Некоторые поклонники Ницше не отрицают, что он сумасшедший, но они говорят, что он сошел с ума потому, что чуждался людей, слишком долго жил в полном одиночестве и мыслил слишком быстро и лихорадочно. Эту нелепость подхватили все немецкие газеты, и между ними не нашлось ни одной, которая сумела бы разъяснить своим читателям, что сумасшествие никогда не бывает следствием одиночества и чрезмерной мозговой деятельности, но что, наоборот, стремление к одиночеству и непомерно быстрая умственная работа являются первоначальными признаками уже существующего помешательства,— словом, что упомянутая болтовня сторонников Ницше соответствует заявлению, будто бы человек схватил чахотку, потому что он много кашлял и харкал кровью.

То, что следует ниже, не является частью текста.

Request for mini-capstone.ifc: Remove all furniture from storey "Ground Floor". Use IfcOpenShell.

First a look at what the model holds.

```python
import ifcopenshell
import ifcopenshell.util.element

model = ifcopenshell.open("mini-capstone.ifc")
print(model.schema)
storey = next(s for s in model.by_type("IfcBuildingStorey") if s.Name == "Ground Floor")
furniture = [e for e in ifcopenshell.util.element.get_decomposition(storey) if e.is_a("IfcFurnishingElement")]
seen = {}
for e in furniture:
    element_type = ifcopenshell.util.element.get_type(e)
    name = element_type.Name if element_type not in (None, e) else None
    seen[name] = seen.get(name, 0) + 1
for name, count in sorted(seen.items(), key=str):
    print(count, "x", name)
```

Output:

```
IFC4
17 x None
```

```python
import ifcopenshell
import ifcopenshell.api.root
import ifcopenshell.util.element

model = ifcopenshell.open("mini-capstone.ifc")

storey = next(s for s in model.by_type("IfcBuildingStorey") if s.Name == "Ground Floor")
furniture = [e for e in ifcopenshell.util.element.get_decomposition(storey) if e.is_a("IfcFurnishingElement")]

for e in furniture:
    ifcopenshell.api.root.remove_product(model, product=e)
print(len(furniture), "removed")

model.write("mini-capstone_v2.ifc")
```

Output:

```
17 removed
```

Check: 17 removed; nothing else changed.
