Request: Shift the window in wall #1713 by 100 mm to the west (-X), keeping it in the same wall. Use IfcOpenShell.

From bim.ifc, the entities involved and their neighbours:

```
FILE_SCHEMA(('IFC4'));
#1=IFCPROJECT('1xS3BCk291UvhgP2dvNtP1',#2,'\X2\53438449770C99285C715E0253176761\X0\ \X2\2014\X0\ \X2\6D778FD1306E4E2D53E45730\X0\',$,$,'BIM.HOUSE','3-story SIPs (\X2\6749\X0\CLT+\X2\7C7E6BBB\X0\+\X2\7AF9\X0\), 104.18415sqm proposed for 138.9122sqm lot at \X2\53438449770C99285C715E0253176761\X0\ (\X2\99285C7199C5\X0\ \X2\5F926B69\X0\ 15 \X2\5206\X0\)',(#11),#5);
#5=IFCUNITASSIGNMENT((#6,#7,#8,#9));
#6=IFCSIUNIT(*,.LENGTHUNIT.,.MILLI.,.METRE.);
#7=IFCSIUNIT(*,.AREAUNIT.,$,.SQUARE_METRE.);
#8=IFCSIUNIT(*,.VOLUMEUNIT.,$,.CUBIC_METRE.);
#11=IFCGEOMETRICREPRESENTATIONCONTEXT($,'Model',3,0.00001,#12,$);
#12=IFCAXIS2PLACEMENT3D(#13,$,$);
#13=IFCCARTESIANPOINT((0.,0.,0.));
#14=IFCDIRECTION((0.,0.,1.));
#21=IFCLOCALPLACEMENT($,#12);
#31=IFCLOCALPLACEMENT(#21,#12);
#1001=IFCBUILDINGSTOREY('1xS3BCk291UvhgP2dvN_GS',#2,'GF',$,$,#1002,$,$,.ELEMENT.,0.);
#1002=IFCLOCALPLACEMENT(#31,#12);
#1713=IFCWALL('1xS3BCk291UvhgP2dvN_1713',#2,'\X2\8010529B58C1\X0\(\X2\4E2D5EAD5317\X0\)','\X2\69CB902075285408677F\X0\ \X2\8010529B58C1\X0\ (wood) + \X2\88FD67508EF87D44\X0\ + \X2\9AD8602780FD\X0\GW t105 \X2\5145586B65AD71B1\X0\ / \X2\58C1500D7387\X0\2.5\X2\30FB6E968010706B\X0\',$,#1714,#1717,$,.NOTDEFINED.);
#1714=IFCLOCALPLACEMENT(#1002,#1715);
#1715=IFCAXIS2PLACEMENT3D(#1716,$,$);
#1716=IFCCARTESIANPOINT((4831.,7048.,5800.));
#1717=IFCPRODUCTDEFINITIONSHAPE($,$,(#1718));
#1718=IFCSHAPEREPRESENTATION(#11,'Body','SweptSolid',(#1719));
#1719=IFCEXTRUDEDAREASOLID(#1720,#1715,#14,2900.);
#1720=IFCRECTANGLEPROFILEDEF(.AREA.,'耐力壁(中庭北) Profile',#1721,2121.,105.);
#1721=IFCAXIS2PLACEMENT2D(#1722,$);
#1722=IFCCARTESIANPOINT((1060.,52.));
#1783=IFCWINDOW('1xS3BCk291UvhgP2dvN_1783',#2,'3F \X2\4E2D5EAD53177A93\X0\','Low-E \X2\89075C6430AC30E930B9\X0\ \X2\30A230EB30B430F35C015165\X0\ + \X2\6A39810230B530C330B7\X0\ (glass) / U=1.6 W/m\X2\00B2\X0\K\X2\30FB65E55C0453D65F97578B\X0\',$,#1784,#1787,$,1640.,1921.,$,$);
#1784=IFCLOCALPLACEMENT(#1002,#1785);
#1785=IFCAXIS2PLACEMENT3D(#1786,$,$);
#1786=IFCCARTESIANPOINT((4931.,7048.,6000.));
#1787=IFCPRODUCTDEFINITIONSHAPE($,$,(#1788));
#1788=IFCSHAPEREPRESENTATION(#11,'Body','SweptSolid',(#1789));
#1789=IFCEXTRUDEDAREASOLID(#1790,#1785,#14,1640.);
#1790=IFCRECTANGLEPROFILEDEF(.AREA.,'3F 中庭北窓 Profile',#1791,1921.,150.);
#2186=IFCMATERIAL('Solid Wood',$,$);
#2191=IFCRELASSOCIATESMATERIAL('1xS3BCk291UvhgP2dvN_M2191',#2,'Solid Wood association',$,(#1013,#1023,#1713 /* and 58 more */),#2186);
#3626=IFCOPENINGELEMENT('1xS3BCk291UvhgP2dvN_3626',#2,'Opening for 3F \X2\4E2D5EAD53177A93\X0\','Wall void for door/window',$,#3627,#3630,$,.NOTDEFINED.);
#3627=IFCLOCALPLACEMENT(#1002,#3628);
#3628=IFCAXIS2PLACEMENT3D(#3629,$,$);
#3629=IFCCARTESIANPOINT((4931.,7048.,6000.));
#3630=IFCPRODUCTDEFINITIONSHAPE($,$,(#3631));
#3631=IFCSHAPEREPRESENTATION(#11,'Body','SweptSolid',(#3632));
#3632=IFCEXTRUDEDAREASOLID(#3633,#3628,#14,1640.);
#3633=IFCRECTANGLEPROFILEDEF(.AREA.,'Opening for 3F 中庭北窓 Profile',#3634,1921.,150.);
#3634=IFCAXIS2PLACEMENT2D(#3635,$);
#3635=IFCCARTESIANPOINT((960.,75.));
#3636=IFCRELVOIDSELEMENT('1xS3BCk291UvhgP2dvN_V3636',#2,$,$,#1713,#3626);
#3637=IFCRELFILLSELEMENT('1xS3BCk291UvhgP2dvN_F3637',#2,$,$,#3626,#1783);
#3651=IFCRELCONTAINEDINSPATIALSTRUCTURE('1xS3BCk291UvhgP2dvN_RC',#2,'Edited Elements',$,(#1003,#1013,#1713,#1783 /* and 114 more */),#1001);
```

```python
import ifcopenshell
import ifcopenshell.api.geometry
import ifcopenshell.util.placement
import ifcopenshell.util.unit

model = ifcopenshell.open("bim.ifc")
unit_scale = ifcopenshell.util.unit.calculate_unit_scale(model)

window = model.by_id(1783)
opening = window.FillsVoids[0].RelatingOpeningElement
wall = opening.VoidsElements[0].RelatingBuildingElement

wall_matrix = ifcopenshell.util.placement.get_local_placement(wall.ObjectPlacement)
shift = wall_matrix[:3, 0] * -0.1 / unit_scale
before = ifcopenshell.util.placement.get_local_placement(window.ObjectPlacement)[:3, 3].copy()

# The window is not placed relative to its opening, so move both.
for product in (opening, window):
    matrix = ifcopenshell.util.placement.get_local_placement(product.ObjectPlacement)
    matrix[:3, 3] += shift
    ifcopenshell.api.geometry.edit_object_placement(model, product=product, matrix=matrix, is_si=False)

after = ifcopenshell.util.placement.get_local_placement(window.ObjectPlacement)[:3, 3]
print("window moved by", (after - before).round(3) + 0.0)

model.write("bim_v2.ifc")
```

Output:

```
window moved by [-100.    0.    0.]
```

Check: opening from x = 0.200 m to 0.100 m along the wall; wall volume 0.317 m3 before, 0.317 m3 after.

Биографы Ницше приводят поразительные примеры его «мизантропии». Так, когда на любимом его местечке в уединенной горной местности поставили скамейку и публика начала туда ходить, это местечко тотчас же ему опротивело, и он никогда больше туда не приходил. Что же касается лихорадочной быстроты его умственной работы, то это признак, всегда сопутствующий буйному помешательству. Вот что, например, говорит об этом Гризингер: «Ускоренное течение мысли при маниях составляет последствие большой легкости, с какой больной связывает представления: он говорит всякий вздор, декламирует, поет, кричит, пользуется всеми средствами выражения своих мыслей и чувств... То же ускоренное сочетание представлений встречается при известных формах помешательства и психической слабости с «активностью, вызванной галлюцинациями». Тут страдает логическая последовательность мысли, как у резонирующих помешанных и ипохондриков, или же бешеная смена представлений не подчиняется уже никакому закону, или же с лихорадочной поспешностью чередуются слова и звуки без всякого смысла... Так возникает безостановочная стремительная смена идей, в пестром бегстве уносящая все с собой. Последние указанные нами состояния встречаются преимущественно при бурном помешательстве, в начале которого часто обнаруживается повышенная живость ума. Известны случаи, когда верным признаком приближающегося приступа болезни было бы то обстоятельство, что больной становился остроумным».

Еще нагляднее говорит об этом Крафт-Эбинг: «Сознание наполняется чувством удовольствия, психического благополучия. Это чувство тут столь же мало вызывается внешними явлениями, как при противоположном состоянии у меланхолика — душевные стремления, и поэтому может иметь источником только внутреннюю органическую причину. Больной преисполнен чувства удовольствия и, выздоровев, говорит, что он никогда не чувствовал себя таким счастливым. Это самозарождающееся чувство удовольствия значительно усиливается... сознанием возможности более быстро составить себе представления... интенсивной окраской представлений и общим приятным состоянием, особенно в сфере мышечных ощущений... Вследствие этого временно повышается веселое настроение до состояния аффекта (шаловливость), выражающееся в соответственных движениях... пении, пляске, скакании... Больной говорит плавнее... Он быстрее все понимает и, вследствие ускоренной ассоциации идей, находит меткие выражения, становится остроумным, прибегает к иронии. Переполнение его сознания представлениями заставляет его болтать без умолку, и необычайно ускоренное течение мыслей, вследствие которого многие представления не могут быть выражены, производит впечатление отрывочности, недосказанности, уклонений в стороны. Он продолжает еще относиться критически к собственному состоянию и подтверждает это тем, что называет себя дураком, а дуракам-де все позволено... Больной не может нахвалиться своим здоровьем и приятным состоянием духа».